The Personal Website of Mark W. Dawson
Indemnification
To Indemnify a person is to make amends for or to pay compensation for the harm caused by your actions or inactions. A person has a “duty to rescue” those they put in harm's way. The law provides that those who put someone in harm’s way can be held liable for the failure to rescue any individuals harmed as a result of the peril created. Ordinary negligence is when a person fails to use reasonable care, resulting in damage or injury to another. Gross negligence is defined as a conscious and voluntary disregard of the need to use reasonable care, which is likely to cause foreseeable grave injury or harm to persons or property or both.
Compensation is often the goal in civil lawsuits where one person or entity has harmed another person or entity. With the rioting that occurred as a result of the death of George Floyd by police actions in Minneapolis, which resulted in the injuries and destruction and theft of personal property, the question is who and how to indemnify those that were harmed. In normal circumstances, the persons who inflicted the physical harm, the person who destroyed the personal property, and the person who stole the personal property would be responsible for indemnifying the person who was harmed. Under the circumstance of these riots, it is exceedingly difficult, if not impossible, to identify all those persons who caused the harm. Even if they were identified, it is unlikely that they have the financial resources to compensate the person harmed.
The harm done by the rioters extends not only to the direct losses but to the indirect loss of income for those businesses who have been harmed, as well as the loss of employment for those who worked at these businesses. Often these workers are the people who lived in or near the neighborhoods where the rioting occurred. Indirect harm is also incurred by other businesses and people who supplied the materials and services that the destroyed business utilized. There is also the indirect harm done to those that cannot avail themselves of the goods or services of the businesses that were harmed while they rebuild, or if they rebuild, their business. Who and how is this type of indirect harm to be indemnified? If you indemnify these persons through grants, subsidies, or unemployment compensation, then you have shifted the burden of compensation to the taxpayers who fund these grants, subsidies, or unemployment compensation. A shift from those that caused the harm to those who had no part in the harm. A shift that does not place the financial burden on those that created the harm.
Some would say that the insurance policies of those harmed are responsible for compensating the person harmed. However, insurance does not indemnify the employees of the business, nor those who cannot avail themselves of the goods and services of the business. It is also important to remember that insurance is obtained for losses due to accidental actions. The losses due to the riots were not accidental harm but deliberate actions of the rioters. This reasoning is also fraught with moral, ethical, and financial concerns. One of the purposes of indemnification is to punish and correct the future actions of those that caused the harm. Under this reasoning, you would be punishing and correcting the insurance companies which did not cause any harm, and the actions of the rioters that caused the harm would not be corrected. It also shifts the burden of compensation from those that caused the harm to those who did no harm. This shift is through increased insurance rates for those harmed to cover possible future harm, and to their customers who will pay for these increased insurance prices to cover these increased insurance costs.

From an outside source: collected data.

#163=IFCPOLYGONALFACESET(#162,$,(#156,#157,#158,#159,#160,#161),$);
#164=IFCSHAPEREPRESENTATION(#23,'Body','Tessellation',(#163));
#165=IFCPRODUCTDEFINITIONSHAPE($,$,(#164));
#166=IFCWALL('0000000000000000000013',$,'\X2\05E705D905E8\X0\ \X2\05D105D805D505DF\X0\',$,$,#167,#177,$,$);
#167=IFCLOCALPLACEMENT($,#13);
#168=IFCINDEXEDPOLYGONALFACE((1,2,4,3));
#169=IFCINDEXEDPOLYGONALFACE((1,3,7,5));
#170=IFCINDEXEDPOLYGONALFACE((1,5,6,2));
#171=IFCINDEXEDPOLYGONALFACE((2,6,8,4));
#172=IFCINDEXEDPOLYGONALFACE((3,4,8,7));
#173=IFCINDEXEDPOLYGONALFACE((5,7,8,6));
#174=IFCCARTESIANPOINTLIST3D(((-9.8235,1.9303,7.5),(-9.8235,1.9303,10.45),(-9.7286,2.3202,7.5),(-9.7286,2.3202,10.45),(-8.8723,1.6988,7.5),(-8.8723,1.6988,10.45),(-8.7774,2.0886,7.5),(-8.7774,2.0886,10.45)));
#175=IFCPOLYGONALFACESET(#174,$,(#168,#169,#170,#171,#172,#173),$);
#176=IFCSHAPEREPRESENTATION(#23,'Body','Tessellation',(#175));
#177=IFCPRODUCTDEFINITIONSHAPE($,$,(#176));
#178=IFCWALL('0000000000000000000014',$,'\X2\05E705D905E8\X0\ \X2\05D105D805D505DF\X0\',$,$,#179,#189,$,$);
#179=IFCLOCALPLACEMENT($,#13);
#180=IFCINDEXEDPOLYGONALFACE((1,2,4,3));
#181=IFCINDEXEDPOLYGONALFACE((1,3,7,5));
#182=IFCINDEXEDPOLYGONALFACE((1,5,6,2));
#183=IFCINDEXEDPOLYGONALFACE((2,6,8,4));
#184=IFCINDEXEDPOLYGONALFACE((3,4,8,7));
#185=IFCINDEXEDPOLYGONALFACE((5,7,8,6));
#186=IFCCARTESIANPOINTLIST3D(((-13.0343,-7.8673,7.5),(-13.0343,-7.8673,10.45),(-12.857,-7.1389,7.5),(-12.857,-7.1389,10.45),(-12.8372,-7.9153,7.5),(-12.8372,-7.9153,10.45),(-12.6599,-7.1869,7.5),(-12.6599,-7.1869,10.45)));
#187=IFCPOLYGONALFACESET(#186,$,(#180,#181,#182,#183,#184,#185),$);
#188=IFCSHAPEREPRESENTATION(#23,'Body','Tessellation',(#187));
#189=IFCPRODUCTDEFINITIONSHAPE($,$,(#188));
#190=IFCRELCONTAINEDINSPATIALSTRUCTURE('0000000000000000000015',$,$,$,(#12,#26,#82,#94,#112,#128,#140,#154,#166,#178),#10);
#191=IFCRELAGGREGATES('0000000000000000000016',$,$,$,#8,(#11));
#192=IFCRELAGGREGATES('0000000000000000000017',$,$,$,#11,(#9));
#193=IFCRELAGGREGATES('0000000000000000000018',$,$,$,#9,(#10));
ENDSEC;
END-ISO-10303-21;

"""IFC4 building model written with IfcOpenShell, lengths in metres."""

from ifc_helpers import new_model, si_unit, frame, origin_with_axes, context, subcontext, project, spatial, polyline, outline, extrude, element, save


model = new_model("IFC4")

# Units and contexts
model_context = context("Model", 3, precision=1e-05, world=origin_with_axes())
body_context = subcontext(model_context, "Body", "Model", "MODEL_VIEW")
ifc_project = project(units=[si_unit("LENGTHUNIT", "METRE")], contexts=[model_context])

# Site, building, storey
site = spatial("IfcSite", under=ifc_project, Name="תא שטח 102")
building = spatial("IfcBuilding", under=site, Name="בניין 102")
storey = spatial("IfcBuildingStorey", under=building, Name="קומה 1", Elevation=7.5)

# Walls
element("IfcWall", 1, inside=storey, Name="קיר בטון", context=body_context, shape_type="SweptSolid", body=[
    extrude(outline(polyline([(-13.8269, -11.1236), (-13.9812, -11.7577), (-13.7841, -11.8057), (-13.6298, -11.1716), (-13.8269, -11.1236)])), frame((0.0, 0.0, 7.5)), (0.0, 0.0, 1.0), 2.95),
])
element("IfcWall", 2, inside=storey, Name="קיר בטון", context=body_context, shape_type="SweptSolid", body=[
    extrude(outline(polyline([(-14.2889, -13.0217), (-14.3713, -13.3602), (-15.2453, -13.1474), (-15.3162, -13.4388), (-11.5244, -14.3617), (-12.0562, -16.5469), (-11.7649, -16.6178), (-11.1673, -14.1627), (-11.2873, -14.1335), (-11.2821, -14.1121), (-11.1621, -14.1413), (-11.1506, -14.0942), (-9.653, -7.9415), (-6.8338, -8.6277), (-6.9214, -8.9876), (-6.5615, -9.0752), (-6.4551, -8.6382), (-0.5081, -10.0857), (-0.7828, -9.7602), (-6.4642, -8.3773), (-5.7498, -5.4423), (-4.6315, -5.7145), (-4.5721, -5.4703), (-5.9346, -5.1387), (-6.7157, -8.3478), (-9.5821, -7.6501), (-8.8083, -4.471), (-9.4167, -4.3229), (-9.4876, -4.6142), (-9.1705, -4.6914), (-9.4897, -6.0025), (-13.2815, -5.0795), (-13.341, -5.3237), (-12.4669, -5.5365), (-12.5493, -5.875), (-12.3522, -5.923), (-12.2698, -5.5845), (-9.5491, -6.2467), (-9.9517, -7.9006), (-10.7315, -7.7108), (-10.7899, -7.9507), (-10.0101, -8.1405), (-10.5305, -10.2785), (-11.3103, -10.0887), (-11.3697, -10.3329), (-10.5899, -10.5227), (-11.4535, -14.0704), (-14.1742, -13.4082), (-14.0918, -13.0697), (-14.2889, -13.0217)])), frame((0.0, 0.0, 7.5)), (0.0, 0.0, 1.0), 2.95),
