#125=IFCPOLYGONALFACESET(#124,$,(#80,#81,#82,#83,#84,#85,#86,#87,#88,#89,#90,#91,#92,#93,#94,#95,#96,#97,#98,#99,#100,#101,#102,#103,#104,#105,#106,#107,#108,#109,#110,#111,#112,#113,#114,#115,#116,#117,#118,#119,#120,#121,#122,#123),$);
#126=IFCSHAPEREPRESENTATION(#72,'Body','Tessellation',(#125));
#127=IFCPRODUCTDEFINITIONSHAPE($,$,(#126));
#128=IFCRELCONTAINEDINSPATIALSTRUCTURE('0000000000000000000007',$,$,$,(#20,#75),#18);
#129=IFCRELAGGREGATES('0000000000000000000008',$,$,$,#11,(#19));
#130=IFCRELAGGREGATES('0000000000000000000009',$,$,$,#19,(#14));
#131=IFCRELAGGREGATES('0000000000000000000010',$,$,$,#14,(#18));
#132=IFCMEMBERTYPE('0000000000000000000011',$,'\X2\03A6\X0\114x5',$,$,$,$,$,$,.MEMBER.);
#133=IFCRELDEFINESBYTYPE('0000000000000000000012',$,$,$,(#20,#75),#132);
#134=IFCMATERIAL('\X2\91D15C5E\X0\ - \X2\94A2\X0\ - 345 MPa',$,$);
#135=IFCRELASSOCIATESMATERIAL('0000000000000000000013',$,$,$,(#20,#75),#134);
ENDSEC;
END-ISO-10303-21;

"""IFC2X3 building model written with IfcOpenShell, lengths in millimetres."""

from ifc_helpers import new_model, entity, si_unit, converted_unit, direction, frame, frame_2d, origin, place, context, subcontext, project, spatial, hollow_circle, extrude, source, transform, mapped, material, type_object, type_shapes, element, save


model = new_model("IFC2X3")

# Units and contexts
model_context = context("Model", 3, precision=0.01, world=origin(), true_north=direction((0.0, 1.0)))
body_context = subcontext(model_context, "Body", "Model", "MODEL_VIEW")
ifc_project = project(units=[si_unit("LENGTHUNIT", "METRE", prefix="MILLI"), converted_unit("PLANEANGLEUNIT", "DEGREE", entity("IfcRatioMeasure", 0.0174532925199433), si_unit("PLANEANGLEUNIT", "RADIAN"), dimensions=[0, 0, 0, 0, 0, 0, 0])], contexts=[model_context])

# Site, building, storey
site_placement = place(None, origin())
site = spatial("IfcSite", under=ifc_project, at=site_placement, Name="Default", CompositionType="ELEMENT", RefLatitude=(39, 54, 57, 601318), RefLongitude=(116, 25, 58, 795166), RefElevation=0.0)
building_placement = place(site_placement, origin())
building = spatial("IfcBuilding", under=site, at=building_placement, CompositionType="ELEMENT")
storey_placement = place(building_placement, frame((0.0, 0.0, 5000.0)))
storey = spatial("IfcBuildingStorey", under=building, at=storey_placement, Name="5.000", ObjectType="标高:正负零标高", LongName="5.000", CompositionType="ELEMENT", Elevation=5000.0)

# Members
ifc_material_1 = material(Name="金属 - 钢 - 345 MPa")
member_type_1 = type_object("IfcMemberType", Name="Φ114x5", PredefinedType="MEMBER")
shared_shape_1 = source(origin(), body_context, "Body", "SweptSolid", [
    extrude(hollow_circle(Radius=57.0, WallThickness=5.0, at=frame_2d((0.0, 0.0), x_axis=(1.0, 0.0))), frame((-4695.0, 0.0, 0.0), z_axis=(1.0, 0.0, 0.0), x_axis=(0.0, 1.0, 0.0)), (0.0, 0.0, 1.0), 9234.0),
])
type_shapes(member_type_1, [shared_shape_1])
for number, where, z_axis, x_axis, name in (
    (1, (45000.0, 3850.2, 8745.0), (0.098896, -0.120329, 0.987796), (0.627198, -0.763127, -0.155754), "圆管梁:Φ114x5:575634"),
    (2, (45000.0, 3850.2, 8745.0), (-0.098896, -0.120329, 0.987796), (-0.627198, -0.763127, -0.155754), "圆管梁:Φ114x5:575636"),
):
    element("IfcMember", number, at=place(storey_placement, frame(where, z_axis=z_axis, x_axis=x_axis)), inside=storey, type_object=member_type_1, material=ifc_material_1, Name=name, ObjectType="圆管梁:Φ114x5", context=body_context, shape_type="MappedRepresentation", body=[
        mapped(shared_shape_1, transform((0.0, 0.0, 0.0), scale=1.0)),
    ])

However, there is another party that bears some responsibility for the harm inflicted. This other party is the Municipal Governments who had a duty and responsibility to protect all persons from harm. In many cases, the Municipal Governments failed in this duty and responsibility. If failing to control the mobs that rioted, they allowed for the potential of harm. This was gross negligence on their part, gross negligence that needs to be corrected and for which compensation to those harmed must be indemnified. The financial burden of this indemnification must be borne by the people of these municipalities so that they may correct the actions of their elected and appointed officials in the future. These financial burdens should not be borne by any other persons except the people of these municipalities, as the other people had no part in electing or appointing the officials who were grossly negligent. To shift this financial burden to other persons is to tax them without their being represented in these municipal governments. This is antithetical to one of the founding principles of our nation, i.e., No Taxation Without Representation. This financial burden must be borne by the people of the municipality that elected and appointed officials that failed to meet their duties and responsibilities. Therefore, no State or Federal funds should be utilized to compensate those persons harmed by the rioters, but municipal funds must be utilized to compensate those harmed.
We must correct this situation for the future. The rioters, to the fullest extent possible, must be identified and prosecuted to correct their actions and serve as a warning to others that may riot in the future. The elected and appointed officials must always be cognizant of their duties and responsibilities to assure orderly peaceful demonstrations and not allow mob violence. This can only be accomplished by making the elected and appointed officials, and the people who elected them, financially responsible for indemnifying those harmed. To not do so is to not assure “Freedoms, Liberties, Equalities, and Equal Justice for All”.